» **Assigned task**:
Below are entries; print them exactly from the first line through the one containing "#145=IFCINDEXEDPOLYGONALFACE((109,111,112,110));".

Extracted data entries:
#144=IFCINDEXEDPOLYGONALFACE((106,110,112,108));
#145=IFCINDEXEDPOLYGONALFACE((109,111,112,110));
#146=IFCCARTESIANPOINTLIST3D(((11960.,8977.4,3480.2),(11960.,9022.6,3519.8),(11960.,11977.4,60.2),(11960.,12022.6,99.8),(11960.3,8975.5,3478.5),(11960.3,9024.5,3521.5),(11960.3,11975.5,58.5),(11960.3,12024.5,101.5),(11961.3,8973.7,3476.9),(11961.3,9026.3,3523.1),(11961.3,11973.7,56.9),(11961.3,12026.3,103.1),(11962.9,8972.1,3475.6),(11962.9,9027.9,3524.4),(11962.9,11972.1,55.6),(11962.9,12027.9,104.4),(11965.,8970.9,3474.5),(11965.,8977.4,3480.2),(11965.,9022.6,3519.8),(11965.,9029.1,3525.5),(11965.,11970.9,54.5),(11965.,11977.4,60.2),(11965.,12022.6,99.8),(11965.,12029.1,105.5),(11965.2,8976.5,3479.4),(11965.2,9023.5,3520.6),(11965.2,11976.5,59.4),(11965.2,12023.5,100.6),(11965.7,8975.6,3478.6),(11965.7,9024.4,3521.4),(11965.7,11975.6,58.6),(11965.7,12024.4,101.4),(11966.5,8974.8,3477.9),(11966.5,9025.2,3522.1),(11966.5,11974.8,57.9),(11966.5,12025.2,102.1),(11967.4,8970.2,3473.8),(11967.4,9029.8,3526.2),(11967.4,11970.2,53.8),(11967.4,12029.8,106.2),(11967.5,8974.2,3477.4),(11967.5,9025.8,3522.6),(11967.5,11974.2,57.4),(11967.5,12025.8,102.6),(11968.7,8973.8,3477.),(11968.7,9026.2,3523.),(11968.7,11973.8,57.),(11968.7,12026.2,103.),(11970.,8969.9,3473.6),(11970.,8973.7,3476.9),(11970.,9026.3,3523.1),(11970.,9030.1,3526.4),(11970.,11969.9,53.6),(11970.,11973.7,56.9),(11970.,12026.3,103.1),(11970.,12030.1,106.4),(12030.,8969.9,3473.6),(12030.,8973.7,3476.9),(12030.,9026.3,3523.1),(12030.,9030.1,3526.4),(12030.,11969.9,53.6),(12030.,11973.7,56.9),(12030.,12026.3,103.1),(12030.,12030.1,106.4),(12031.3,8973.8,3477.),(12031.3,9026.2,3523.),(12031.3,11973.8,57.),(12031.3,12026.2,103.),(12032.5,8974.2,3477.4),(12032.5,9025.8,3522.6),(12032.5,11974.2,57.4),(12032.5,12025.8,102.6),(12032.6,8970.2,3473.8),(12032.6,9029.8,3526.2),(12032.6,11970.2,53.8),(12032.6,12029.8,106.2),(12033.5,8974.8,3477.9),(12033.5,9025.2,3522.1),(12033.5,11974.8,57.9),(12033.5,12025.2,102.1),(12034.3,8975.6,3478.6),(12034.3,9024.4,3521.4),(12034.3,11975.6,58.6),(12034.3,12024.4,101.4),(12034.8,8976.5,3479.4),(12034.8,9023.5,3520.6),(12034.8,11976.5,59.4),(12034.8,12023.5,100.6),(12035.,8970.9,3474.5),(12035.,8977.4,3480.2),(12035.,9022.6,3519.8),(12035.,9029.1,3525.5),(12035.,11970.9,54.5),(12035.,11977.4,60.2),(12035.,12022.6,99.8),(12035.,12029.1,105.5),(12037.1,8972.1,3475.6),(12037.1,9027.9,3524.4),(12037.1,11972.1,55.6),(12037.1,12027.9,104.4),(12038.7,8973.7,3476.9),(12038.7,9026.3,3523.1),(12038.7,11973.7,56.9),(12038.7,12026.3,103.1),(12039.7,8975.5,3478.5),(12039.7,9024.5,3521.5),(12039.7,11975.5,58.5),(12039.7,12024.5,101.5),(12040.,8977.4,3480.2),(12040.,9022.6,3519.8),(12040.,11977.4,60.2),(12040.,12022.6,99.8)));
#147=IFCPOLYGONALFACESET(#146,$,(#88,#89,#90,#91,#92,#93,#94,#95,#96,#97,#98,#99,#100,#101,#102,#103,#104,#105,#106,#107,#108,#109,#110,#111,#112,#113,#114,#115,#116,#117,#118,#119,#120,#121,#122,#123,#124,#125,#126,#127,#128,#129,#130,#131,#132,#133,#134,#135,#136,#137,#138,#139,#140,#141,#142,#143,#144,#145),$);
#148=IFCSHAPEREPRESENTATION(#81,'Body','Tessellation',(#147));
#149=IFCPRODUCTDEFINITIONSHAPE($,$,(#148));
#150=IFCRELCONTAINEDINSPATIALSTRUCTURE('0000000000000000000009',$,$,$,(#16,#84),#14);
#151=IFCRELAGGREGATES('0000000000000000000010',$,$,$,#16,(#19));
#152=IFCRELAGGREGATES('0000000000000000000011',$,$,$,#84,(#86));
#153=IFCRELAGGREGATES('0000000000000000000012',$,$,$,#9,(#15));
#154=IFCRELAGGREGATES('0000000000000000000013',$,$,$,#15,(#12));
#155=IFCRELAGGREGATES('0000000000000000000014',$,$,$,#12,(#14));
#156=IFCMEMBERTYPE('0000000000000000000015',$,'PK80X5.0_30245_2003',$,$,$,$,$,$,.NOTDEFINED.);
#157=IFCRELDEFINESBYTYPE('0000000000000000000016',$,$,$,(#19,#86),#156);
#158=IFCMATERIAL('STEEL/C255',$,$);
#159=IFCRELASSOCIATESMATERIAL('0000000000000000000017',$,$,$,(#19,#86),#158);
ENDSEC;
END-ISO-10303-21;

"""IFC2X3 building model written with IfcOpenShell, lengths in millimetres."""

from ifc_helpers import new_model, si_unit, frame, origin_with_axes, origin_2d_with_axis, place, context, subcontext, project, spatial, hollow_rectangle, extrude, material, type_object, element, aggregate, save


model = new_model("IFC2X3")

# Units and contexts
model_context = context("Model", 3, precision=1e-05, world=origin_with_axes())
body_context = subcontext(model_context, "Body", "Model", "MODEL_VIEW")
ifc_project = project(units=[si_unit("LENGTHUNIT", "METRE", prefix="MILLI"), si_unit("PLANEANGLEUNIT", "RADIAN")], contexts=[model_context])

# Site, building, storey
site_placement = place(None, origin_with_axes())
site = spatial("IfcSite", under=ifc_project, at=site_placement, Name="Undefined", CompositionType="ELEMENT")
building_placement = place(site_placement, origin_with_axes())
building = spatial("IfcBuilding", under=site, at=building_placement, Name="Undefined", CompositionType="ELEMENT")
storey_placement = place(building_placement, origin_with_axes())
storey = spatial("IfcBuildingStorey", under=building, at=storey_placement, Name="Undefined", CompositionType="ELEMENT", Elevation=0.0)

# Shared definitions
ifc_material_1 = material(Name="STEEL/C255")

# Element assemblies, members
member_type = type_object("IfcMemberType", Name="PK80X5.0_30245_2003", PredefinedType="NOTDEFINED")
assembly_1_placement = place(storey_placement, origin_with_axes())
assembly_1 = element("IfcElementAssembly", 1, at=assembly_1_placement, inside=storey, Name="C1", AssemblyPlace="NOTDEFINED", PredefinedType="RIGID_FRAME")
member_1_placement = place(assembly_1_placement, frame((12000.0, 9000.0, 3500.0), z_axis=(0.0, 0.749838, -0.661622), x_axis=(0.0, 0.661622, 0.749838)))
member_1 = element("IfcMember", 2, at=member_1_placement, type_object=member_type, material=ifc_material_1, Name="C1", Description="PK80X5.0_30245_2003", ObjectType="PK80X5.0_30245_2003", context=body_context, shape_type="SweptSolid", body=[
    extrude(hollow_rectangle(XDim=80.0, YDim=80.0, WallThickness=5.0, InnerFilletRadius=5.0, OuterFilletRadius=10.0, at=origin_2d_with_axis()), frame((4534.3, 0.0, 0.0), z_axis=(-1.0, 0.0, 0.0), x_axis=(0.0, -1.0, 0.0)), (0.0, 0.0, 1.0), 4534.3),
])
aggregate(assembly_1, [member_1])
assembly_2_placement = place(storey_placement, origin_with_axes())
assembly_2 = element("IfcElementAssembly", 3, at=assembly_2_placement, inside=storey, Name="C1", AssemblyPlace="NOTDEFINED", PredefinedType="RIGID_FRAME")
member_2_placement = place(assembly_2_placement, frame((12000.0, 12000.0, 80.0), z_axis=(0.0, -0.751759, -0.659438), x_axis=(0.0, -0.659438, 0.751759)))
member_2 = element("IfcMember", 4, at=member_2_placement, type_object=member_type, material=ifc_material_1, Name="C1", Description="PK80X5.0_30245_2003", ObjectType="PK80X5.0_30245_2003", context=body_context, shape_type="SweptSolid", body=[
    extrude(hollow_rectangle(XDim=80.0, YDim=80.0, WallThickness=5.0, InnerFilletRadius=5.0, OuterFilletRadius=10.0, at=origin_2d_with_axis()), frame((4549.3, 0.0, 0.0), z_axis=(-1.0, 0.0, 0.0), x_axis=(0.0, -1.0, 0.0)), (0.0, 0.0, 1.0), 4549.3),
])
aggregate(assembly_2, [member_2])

» **Problem solution**:
#144=IFCINDEXEDPOLYGONALFACE((106,110,112,108));
#145=IFCINDEXEDPOLYGONALFACE((109,111,112,110));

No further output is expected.